Там, на прилавке, к которому как мухи к меду прилипли бабы и мужики, мальчики разложили свое добро.
Смирнов, улыбаясь и поблескивая черненькими глазками, поглядывал то на них, то на дивующихся крестьян, а на добро как будто и внимания не обратил.
– Ну, молодцы, зачем пожаловали?
– Долг отдавать, – бойко ответил Петька, а самому стало страшно: а ну, как не хватит. – За стекла.
– Что так скоро?
– Скоро уродило.
– Так. Ну, а у вас, почтенные, как уродило? – обратился Смирнов к бабам.
У мужиков руки полезли к затылкам. Бабьи глаза смущенно забегали по сторонам.
– Да что уж…
– Как же…
– Уродит у нас…
– А может – еще уродит? – сказал Смирнов. – А?

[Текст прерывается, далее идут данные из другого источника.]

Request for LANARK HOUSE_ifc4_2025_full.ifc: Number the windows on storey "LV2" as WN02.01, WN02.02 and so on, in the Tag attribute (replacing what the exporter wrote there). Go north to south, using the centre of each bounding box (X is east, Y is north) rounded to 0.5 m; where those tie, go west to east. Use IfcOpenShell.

First a look at what the model holds.

```python
import ifcopenshell
import ifcopenshell.util.element
import ifcopenshell.util.placement

model = ifcopenshell.open("LANARK HOUSE_ifc4_2025_full.ifc")
print(model.schema)
storey = next(s for s in model.by_type("IfcBuildingStorey") if s.Name == "LV2")
windows = [e for e in ifcopenshell.util.element.get_decomposition(storey) if e.is_a("IfcWindow")]
for e in sorted(windows, key=lambda e: e.id()):
    origin = ifcopenshell.util.placement.get_local_placement(e.ObjectPlacement)[:3, 3]
    print(e.id(), e.Tag, e.Name, origin.round(2) + 0.0, sep=" | ")
```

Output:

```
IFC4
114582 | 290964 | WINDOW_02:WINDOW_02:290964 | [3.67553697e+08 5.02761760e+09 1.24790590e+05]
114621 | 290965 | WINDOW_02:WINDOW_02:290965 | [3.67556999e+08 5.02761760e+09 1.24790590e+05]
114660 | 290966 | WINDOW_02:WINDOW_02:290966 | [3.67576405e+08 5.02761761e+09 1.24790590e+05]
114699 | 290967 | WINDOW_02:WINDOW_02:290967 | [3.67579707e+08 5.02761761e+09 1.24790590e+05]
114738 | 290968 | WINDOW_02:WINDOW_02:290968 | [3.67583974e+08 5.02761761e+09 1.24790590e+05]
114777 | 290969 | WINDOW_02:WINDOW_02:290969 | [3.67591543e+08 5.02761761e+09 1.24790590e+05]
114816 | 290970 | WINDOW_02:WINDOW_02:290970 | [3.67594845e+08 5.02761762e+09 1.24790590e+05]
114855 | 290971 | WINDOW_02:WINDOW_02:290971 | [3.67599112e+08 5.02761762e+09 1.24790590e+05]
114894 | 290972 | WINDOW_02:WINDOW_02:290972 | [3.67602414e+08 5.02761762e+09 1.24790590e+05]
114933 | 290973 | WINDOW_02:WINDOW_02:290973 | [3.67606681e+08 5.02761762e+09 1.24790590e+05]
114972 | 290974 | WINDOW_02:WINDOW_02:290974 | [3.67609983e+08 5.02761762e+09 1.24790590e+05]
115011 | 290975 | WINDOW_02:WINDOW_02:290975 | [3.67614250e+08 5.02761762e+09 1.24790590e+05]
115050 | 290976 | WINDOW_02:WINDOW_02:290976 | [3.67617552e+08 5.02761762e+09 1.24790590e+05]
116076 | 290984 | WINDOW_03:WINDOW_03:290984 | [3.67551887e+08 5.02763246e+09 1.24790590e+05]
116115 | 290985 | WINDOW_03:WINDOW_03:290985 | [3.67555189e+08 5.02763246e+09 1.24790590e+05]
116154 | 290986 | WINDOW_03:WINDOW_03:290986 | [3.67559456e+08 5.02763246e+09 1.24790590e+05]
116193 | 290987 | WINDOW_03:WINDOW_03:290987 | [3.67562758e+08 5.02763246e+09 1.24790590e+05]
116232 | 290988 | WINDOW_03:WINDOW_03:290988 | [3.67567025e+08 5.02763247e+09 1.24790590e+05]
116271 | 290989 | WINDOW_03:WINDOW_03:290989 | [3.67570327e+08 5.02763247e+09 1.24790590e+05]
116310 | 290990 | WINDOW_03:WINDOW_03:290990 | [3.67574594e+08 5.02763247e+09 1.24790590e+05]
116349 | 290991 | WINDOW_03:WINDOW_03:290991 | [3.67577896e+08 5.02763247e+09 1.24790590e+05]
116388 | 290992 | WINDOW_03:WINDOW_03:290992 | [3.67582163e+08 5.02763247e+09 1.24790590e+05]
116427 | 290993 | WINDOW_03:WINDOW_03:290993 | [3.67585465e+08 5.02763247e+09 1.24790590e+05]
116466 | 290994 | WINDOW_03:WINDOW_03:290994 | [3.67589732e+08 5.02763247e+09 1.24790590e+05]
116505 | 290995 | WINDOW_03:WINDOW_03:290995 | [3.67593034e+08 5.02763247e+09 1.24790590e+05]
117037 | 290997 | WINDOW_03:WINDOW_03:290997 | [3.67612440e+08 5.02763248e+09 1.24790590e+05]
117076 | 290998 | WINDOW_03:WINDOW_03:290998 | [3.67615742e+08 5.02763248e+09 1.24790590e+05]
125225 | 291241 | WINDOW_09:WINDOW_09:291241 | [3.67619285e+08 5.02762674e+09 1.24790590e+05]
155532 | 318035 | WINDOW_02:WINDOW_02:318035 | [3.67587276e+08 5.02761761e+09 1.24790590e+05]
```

```python
import ifcopenshell
import ifcopenshell.geom
import ifcopenshell.util.element
import ifcopenshell.util.shape

model = ifcopenshell.open("LANARK HOUSE_ifc4_2025_full.ifc")
settings = ifcopenshell.geom.settings()
settings.set("use-world-coords", True)


def centre(element):
    shape = ifcopenshell.geom.create_shape(settings, element)
    return ifcopenshell.util.shape.get_bbox_centroid(shape.geometry)


storey = next(s for s in model.by_type("IfcBuildingStorey") if s.Name == "LV2")
windows = [e for e in ifcopenshell.util.element.get_decomposition(storey) if e.is_a("IfcWindow")]

# Insertion points can sit at a corner or the storey origin, so sort by the geometry (in metres).
centres = {e: centre(e) for e in windows}
windows.sort(key=lambda e: (-round(centres[e][1] / 0.5), centres[e][0]))

for i, e in enumerate(windows, start=1):
    number = f"WN02.{i:02d}"
    e.Tag = number
    print(e.id(), number)

model.write("LANARK HOUSE_ifc4_2025_full_edited.ifc")
```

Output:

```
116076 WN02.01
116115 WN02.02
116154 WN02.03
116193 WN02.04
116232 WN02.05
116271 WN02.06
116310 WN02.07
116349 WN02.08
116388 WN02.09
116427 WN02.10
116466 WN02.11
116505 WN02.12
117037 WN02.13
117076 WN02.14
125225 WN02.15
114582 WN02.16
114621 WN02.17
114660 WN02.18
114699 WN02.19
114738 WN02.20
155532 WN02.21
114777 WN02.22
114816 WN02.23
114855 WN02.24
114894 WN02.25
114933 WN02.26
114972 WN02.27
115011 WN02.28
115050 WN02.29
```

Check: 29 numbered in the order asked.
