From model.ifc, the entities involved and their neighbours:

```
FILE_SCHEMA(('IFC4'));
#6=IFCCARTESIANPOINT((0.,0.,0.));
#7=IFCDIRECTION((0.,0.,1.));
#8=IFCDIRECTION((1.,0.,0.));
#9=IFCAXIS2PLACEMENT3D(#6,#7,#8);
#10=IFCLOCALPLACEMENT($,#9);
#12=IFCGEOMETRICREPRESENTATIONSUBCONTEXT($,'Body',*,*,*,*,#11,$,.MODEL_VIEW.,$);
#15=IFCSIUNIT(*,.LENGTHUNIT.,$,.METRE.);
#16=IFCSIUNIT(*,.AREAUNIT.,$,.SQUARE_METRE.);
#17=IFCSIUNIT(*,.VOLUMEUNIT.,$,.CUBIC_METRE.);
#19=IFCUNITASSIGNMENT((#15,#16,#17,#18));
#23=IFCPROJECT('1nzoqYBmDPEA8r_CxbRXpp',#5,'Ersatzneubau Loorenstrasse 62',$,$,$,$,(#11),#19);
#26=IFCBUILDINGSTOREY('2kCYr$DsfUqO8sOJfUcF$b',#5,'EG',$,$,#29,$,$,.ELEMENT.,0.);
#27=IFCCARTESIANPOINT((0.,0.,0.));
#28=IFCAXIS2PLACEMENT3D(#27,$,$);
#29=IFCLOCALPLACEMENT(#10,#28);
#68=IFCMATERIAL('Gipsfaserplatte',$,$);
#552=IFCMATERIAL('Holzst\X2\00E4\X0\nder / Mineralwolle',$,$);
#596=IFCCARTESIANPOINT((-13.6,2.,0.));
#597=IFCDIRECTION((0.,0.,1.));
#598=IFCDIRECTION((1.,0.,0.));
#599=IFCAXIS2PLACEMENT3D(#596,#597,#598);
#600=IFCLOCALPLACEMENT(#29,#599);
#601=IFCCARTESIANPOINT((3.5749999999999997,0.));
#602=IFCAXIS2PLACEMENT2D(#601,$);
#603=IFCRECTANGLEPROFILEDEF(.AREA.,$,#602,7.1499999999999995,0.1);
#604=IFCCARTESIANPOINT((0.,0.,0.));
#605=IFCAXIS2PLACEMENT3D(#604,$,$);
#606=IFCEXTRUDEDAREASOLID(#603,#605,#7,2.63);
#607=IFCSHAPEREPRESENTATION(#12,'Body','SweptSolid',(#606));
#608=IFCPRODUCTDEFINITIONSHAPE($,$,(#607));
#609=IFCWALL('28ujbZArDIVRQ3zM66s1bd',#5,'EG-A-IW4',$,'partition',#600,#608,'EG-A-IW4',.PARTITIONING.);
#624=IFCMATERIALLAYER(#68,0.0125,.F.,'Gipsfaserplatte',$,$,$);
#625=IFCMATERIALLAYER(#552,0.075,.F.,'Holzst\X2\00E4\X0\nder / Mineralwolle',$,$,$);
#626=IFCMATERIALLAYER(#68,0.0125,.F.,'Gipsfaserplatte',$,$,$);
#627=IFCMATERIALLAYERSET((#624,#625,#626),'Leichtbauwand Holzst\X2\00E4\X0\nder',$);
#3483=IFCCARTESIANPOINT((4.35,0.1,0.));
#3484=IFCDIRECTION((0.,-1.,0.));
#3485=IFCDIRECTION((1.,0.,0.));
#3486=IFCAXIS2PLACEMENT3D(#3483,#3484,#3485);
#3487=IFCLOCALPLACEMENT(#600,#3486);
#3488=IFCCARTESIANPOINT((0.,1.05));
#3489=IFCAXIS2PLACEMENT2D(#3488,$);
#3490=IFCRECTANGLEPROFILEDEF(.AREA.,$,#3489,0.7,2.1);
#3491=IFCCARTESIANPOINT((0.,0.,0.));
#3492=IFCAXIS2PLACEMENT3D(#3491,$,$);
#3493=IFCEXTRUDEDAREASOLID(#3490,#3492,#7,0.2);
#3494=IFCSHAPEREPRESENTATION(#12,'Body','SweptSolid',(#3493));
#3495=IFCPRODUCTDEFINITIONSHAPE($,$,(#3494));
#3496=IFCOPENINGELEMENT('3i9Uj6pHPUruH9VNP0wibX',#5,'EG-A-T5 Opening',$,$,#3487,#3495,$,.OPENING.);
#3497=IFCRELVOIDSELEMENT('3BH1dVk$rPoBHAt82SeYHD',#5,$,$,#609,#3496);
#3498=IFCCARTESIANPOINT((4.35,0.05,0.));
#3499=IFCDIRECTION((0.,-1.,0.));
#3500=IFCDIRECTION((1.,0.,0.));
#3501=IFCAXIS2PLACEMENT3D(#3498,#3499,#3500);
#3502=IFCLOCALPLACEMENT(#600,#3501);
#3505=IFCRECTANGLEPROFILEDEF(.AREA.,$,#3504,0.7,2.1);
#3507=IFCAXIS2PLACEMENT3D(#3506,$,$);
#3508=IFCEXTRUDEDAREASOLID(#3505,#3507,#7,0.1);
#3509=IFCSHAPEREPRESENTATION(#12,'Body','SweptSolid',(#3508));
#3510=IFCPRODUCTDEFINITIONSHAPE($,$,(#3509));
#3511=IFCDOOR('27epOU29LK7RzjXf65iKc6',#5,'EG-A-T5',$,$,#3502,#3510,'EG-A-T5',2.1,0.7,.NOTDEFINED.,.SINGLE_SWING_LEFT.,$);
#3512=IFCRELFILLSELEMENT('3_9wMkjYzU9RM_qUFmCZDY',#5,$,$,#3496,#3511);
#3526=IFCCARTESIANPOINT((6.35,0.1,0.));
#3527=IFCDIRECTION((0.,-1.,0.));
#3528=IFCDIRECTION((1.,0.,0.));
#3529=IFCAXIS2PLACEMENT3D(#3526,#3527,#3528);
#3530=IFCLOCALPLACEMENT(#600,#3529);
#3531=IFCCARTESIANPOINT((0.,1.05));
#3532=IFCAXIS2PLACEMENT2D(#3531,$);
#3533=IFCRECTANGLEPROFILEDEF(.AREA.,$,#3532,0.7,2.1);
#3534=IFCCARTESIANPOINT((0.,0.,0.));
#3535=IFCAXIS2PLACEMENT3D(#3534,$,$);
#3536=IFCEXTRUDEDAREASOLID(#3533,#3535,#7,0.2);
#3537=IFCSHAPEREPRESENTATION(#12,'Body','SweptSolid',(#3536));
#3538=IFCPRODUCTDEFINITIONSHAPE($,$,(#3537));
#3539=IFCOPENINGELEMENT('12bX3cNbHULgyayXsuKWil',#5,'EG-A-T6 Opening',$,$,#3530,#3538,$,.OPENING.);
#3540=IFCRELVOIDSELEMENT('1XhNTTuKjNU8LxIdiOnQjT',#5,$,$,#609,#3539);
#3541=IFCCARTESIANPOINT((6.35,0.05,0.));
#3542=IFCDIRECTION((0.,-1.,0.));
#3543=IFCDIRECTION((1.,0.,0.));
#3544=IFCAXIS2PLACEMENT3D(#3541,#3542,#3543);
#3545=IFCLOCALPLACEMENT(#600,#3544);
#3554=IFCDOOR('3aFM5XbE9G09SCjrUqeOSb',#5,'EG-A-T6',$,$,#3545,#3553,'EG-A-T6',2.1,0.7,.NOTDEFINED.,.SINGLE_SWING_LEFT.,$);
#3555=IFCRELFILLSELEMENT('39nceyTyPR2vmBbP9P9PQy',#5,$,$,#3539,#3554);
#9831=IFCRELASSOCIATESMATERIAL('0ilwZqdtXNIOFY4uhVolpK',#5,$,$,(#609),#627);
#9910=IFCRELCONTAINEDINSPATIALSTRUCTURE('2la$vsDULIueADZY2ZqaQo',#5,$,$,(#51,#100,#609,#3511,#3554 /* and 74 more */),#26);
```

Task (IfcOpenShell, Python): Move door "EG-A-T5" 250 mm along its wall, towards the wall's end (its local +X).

```python
import ifcopenshell
import ifcopenshell.api.geometry
import ifcopenshell.util.placement

model = ifcopenshell.open("model.ifc")

door = model.by_id(3511)
opening = door.FillsVoids[0].RelatingOpeningElement
wall = opening.VoidsElements[0].RelatingBuildingElement

wall_matrix = ifcopenshell.util.placement.get_local_placement(wall.ObjectPlacement)
shift = wall_matrix[:3, 0] * 0.25
before = ifcopenshell.util.placement.get_local_placement(door.ObjectPlacement)[:3, 3].copy()

# The door is not placed relative to its opening, so move both.
for product in (opening, door):
    matrix = ifcopenshell.util.placement.get_local_placement(product.ObjectPlacement)
    matrix[:3, 3] += shift
    ifcopenshell.api.geometry.edit_object_placement(model, product=product, matrix=matrix, is_si=False)

after = ifcopenshell.util.placement.get_local_placement(door.ObjectPlacement)[:3, 3]
print("door moved by", (after - before).round(3) + 0.0)

model.write("model_edited.ifc")
```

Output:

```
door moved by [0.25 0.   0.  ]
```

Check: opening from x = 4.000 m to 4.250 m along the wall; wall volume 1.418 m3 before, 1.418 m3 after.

– Ни чорта не уродит. Сейчас одна дрянь из земли прет.
– Мусор.
– А вот у них уродило, – строго сказал Смирнов.
– Видим…
– Глаза во лбу есть.
– Да как же?..
– Какая такая причина?
– А такая причина, что взялись они за ум, хоть и малые еще, да в книгу поглядели, да почитали там, как парники устраивать, да как делать, чтоб овощ хорошо шел.
– Парники?
– Вон што!
– Так-то, почтенные. А к вам агроном приезжал?
– Ну, приезжал.
– А вы его слушать ходили?
– Это как говорится…
– Маловато было нас…
– То-то, что маловато. А теперь поучитесь у мальцов, поучитесь, а особенно бабы, что на огородах спины гнут, десять потов вышибают, пока дрянь всякая не вырастет. Что, хороши огурчики?
Смирнов взял огурец и поднял его высоко, так, чтобы все могли видеть.
– Отборные?
– Что и говорить!
– Хороши огурчики.
– А редис-то, редис!
– Шестьдесят лет живу, такого не видел, – сказал весь заросший сединой крестьянин.
– И еще шестьдесят проживешь, дедушка, если по-старинке ковыряться будешь. Ну, а вы, молодцы? – обратился Смирнов к мальчикам. – Что скажете?
– Так мы насчет долгу. Отдавать пришли.
– Ага! Сейчас узнаю.
Смирнов, сделав строгое лицо, вытащил из-под прилавка огромную книжищу, при виде которой сердца мальчиков екнули.
– Сейчас, сейчас посмотрим.
Смирнов начал переворачивать листы, долго разглядывал что-то на них, а Митька подтолкнул Петьку в бок и тихонько сказал:
– Все отдать надо будет. Гляди, какая книжища.
Наконец, Смирнов оторвался от книги и, посмотрев на мальчиков, серьезно и громко, так, чтобы все слышали, сказал:
– Причитается с вас за забранные в кредит стекла семь рублей восемьдесят пять копеек, но… принимая во внимание то, что вы постарались на улучшение хозяйства и показали этим пример всей деревне… долг этот вам прощается. Ну, – уже весело прибавил Смирнов, – забирайте свое добро и катите домой.
Петька и Митька удивленно, не зная, верить или нет, смотрели во все глаза на Смирнова.
– Где тут мой сынок? – раздался зычный голос в дверях. И Потапов с трудом пробирался к прилавку. – А, вон где ты! Ну что, товарищ председатель, как у него дела ?
– Хорошие дела, Потапов. Молодцы мальчики.
– Так. Значит, по книге?
– По книге, Потапов, по книге. Книга, брат, большое дело. Поучишься малость – а там, гляди, и поумнеешь, – сказал Смирнов. – А слыхал я, что ты своему сыну в школу не даешь ходить.
– Было дело, что греха таить.
– А теперь как? Опять за старое?
– Что вы меня так, товарищ Смирнов, перед всеми? Не то что в школу, в ниверситет погоню. Пойдешь, молодец, а?
– Пойду. Если пустишь, я не то что в ниверситет – в три пойду учиться, – ответил Петька.
– Экой ты шустрый! Ну, пойдем домой, что ли. Дела свои кончил тут?
– Чего торопишься, Потапов? – спросил Смирнов.
– Да… как его… хочу, чтоб книжку мне малость почитал, нет ли там чего насчет картофельного червя. Как есть, подлые, все разъели.